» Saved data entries
★ ★ ★ ★ ★ ★ ★

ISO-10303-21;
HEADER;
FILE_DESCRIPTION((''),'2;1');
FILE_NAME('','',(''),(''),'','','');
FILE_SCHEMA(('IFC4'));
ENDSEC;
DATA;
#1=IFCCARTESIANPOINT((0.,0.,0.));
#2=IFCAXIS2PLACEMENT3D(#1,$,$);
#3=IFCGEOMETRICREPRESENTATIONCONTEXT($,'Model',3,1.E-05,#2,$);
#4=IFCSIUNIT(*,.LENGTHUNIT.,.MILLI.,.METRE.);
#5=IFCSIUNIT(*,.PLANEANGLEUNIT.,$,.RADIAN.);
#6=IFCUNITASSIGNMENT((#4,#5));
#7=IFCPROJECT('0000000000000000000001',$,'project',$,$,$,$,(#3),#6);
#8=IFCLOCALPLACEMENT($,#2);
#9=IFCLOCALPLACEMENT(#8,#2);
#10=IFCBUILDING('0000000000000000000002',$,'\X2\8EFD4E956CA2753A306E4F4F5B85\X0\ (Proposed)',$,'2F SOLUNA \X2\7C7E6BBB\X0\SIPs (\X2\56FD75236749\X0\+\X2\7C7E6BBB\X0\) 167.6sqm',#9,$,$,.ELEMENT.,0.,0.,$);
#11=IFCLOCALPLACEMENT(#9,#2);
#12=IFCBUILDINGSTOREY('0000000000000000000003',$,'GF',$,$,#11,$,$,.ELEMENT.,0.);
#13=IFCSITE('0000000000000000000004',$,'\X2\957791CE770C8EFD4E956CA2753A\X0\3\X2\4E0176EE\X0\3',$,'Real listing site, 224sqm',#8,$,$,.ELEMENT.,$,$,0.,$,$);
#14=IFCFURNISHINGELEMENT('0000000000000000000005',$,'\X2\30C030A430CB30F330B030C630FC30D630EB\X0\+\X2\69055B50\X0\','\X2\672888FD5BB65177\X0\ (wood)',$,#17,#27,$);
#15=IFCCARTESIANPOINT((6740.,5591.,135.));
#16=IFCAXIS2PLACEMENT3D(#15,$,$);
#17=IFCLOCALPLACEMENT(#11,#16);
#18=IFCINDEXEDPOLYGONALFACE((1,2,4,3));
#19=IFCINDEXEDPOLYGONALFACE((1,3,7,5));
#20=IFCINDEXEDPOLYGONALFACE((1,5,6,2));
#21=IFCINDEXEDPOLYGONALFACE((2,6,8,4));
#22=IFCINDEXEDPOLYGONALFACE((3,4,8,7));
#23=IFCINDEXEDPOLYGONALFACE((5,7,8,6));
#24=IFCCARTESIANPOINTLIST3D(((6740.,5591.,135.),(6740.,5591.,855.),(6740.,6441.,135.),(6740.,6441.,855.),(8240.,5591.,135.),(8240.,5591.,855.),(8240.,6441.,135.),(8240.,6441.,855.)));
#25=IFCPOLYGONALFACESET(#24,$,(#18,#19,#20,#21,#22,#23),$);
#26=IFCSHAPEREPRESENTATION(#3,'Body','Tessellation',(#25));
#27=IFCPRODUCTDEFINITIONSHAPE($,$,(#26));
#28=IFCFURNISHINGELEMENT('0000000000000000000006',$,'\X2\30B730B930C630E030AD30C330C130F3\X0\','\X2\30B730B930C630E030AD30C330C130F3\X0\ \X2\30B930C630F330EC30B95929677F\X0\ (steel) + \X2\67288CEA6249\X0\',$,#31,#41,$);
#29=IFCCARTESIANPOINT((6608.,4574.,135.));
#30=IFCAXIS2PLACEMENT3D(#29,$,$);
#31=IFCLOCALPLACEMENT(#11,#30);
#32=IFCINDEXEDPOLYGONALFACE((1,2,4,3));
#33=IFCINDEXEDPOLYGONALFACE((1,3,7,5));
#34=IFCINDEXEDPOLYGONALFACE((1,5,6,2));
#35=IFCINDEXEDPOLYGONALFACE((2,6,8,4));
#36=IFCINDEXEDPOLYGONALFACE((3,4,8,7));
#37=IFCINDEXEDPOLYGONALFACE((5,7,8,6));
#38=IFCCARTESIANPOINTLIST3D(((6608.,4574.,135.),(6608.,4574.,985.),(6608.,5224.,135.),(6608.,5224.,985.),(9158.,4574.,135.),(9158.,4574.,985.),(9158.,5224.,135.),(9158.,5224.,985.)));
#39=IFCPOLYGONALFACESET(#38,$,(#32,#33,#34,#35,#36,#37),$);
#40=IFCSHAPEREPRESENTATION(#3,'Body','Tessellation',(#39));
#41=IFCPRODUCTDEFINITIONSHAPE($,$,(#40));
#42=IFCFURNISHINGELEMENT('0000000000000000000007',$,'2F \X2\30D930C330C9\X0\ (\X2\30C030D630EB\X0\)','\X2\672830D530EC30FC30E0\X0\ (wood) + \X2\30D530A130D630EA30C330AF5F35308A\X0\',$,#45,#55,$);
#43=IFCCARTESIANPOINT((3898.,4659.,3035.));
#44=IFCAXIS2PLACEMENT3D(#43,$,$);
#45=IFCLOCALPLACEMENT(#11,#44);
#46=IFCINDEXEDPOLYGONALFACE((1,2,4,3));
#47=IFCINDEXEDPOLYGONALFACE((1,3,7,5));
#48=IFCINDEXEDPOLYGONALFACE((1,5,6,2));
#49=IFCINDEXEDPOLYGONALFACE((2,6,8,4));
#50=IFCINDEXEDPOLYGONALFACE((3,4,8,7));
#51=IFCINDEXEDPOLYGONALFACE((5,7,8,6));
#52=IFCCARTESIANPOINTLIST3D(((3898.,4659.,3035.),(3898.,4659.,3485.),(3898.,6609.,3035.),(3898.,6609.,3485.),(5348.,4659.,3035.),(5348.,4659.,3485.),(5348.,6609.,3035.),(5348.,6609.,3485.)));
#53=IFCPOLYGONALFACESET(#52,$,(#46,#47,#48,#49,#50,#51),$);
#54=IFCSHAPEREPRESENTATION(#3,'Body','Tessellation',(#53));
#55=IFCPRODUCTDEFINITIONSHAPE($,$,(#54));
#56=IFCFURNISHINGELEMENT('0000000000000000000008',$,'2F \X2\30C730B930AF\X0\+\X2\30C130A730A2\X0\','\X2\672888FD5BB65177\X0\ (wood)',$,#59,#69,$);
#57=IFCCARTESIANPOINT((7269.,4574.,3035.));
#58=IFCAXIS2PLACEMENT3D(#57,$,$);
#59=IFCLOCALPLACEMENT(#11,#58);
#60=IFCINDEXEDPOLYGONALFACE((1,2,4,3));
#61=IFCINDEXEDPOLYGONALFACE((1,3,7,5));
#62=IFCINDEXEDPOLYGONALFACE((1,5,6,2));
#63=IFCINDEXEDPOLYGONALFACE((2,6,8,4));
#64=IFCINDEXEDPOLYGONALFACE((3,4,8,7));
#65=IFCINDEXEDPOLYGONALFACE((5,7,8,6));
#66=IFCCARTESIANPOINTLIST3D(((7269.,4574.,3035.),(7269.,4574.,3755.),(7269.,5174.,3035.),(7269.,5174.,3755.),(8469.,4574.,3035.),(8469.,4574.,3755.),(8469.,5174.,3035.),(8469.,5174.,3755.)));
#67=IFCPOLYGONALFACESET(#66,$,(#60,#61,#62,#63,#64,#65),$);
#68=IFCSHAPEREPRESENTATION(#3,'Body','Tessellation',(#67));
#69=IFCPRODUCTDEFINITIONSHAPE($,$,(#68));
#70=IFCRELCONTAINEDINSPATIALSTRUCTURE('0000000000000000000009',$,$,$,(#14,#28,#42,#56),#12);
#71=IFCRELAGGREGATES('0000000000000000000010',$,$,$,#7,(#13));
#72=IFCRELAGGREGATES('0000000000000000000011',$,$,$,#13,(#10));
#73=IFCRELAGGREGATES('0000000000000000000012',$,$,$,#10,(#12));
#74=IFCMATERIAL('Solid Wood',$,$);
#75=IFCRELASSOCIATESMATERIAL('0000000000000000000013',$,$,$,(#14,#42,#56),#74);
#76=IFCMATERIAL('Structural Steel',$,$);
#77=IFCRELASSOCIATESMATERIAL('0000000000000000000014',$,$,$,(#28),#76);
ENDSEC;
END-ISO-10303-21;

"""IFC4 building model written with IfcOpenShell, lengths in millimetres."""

from ifc_helpers import new_model, si_unit, frame, frame_2d, origin, place, context, project, spatial, rectangle, extrude, material, element, save


model = new_model("IFC4")

# Units and contexts
model_context = context("Model", 3, precision=1e-05, world=origin())
ifc_project = project(units=[si_unit("LENGTHUNIT", "METRE", prefix="MILLI"), si_unit("PLANEANGLEUNIT", "RADIAN")], contexts=[model_context])

# Site, building, storey
site_placement = place(None, origin())
site = spatial("IfcSite", under=ifc_project, at=site_placement, Name="長野県軽井沢町3丁目3", ObjectType="Real listing site, 224sqm", CompositionType="ELEMENT", RefElevation=0.0)
building_placement = place(site_placement, origin())
building = spatial("IfcBuilding", under=site, at=building_placement, Name="軽井沢町の住宅 (Proposed)", ObjectType="2F SOLUNA 籾殻SIPs (国産杉+籾殻) 167.6sqm", CompositionType="ELEMENT", ElevationOfRefHeight=0.0, ElevationOfTerrain=0.0)
storey_placement = place(building_placement, origin())
storey = spatial("IfcBuildingStorey", under=building, at=storey_placement, Name="GF", CompositionType="ELEMENT", Elevation=0.0)

# Shared definitions
ifc_material_1 = material(Name="Solid Wood")

# Shared definitions
ifc_material_2 = material(Name="Structural Steel")

# Furnishing elements
furnishing_1_placement = place(storey_placement, frame((6740.0, 5591.0, 135.0)))
element("IfcFurnishingElement", 1, at=furnishing_1_placement, inside=storey, material=ifc_material_1, Name="ダイニングテーブル+椅子", Description="木製家具 (wood)", context=model_context, shape_type="SweptSolid", body=[
    extrude(rectangle(XDim=1500.0, YDim=850.0, at=frame_2d((750.0, 425.0))), frame((6740.0, 5591.0, 135.0)), (0.0, 0.0, 1.0), 720.0),
])
furnishing_2_placement = place(storey_placement, frame((6608.0, 4574.0, 135.0)))
element("IfcFurnishingElement", 2, at=furnishing_2_placement, inside=storey, material=ifc_material_2, Name="システムキッチン", Description="システムキッチン ステンレス天板 (steel) + 木質扉", context=model_context, shape_type="SweptSolid", body=[
    extrude(rectangle(XDim=2550.0, YDim=650.0, at=frame_2d((1275.0, 325.0))), frame((6608.0, 4574.0, 135.0)), (0.0, 0.0, 1.0), 850.0),
])
furnishing_3_placement = place(storey_placement, frame((3898.0, 4659.0, 3035.0)))
element("IfcFurnishingElement", 3, at=furnishing_3_placement, inside=storey, material=ifc_material_1, Name="2F ベッド (ダブル)", Description="木フレーム (wood) + ファブリック張り", context=model_context, shape_type="SweptSolid", body=[
    extrude(rectangle(XDim=1450.0, YDim=1950.0, at=frame_2d((725.0, 975.0))), frame((3898.0, 4659.0, 3035.0)), (0.0, 0.0, 1.0), 450.0),
])
furnishing_4_placement = place(storey_placement, frame((7269.0, 4574.0, 3035.0)))
element("IfcFurnishingElement", 4, at=furnishing_4_placement, inside=storey, material=ifc_material_1, Name="2F デスク+チェア", Description="木製家具 (wood)", context=model_context, shape_type="SweptSolid", body=[
    extrude(rectangle(XDim=1200.0, YDim=600.0, at=frame_2d((600.0, 300.0))), frame((7269.0, 4574.0, 3035.0)), (0.0, 0.0, 1.0), 720.0),
])

save(model, "model.ifc")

★ ★ ★ ★ ★ ★ ★

» About this exercise
Reply with the lines from the first line of the entries through the line that contains "#15=IFCCARTESIANPOINT((6740.,5591.,135.));", repeated exactly with both ends kept, and with nothing else.

» Result for this task
ISO-10303-21;
HEADER;
FILE_DESCRIPTION((''),'2;1');
FILE_NAME('','',(''),(''),'','','');
FILE_SCHEMA(('IFC4'));
ENDSEC;
DATA;
#1=IFCCARTESIANPOINT((0.,0.,0.));
#2=IFCAXIS2PLACEMENT3D(#1,$,$);
#3=IFCGEOMETRICREPRESENTATIONCONTEXT($,'Model',3,1.E-05,#2,$);
#4=IFCSIUNIT(*,.LENGTHUNIT.,.MILLI.,.METRE.);
#5=IFCSIUNIT(*,.PLANEANGLEUNIT.,$,.RADIAN.);
#6=IFCUNITASSIGNMENT((#4,#5));
#7=IFCPROJECT('0000000000000000000001',$,'project',$,$,$,$,(#3),#6);
#8=IFCLOCALPLACEMENT($,#2);
#9=IFCLOCALPLACEMENT(#8,#2);
#10=IFCBUILDING('0000000000000000000002',$,'\X2\8EFD4E956CA2753A306E4F4F5B85\X0\ (Proposed)',$,'2F SOLUNA \X2\7C7E6BBB\X0\SIPs (\X2\56FD75236749\X0\+\X2\7C7E6BBB\X0\) 167.6sqm',#9,$,$,.ELEMENT.,0.,0.,$);
#11=IFCLOCALPLACEMENT(#9,#2);
#12=IFCBUILDINGSTOREY('0000000000000000000003',$,'GF',$,$,#11,$,$,.ELEMENT.,0.);
#13=IFCSITE('0000000000000000000004',$,'\X2\957791CE770C8EFD4E956CA2753A\X0\3\X2\4E0176EE\X0\3',$,'Real listing site, 224sqm',#8,$,$,.ELEMENT.,$,$,0.,$,$);
#14=IFCFURNISHINGELEMENT('0000000000000000000005',$,'\X2\30C030A430CB30F330B030C630FC30D630EB\X0\+\X2\69055B50\X0\','\X2\672888FD5BB65177\X0\ (wood)',$,#17,#27,$);
#15=IFCCARTESIANPOINT((6740.,5591.,135.));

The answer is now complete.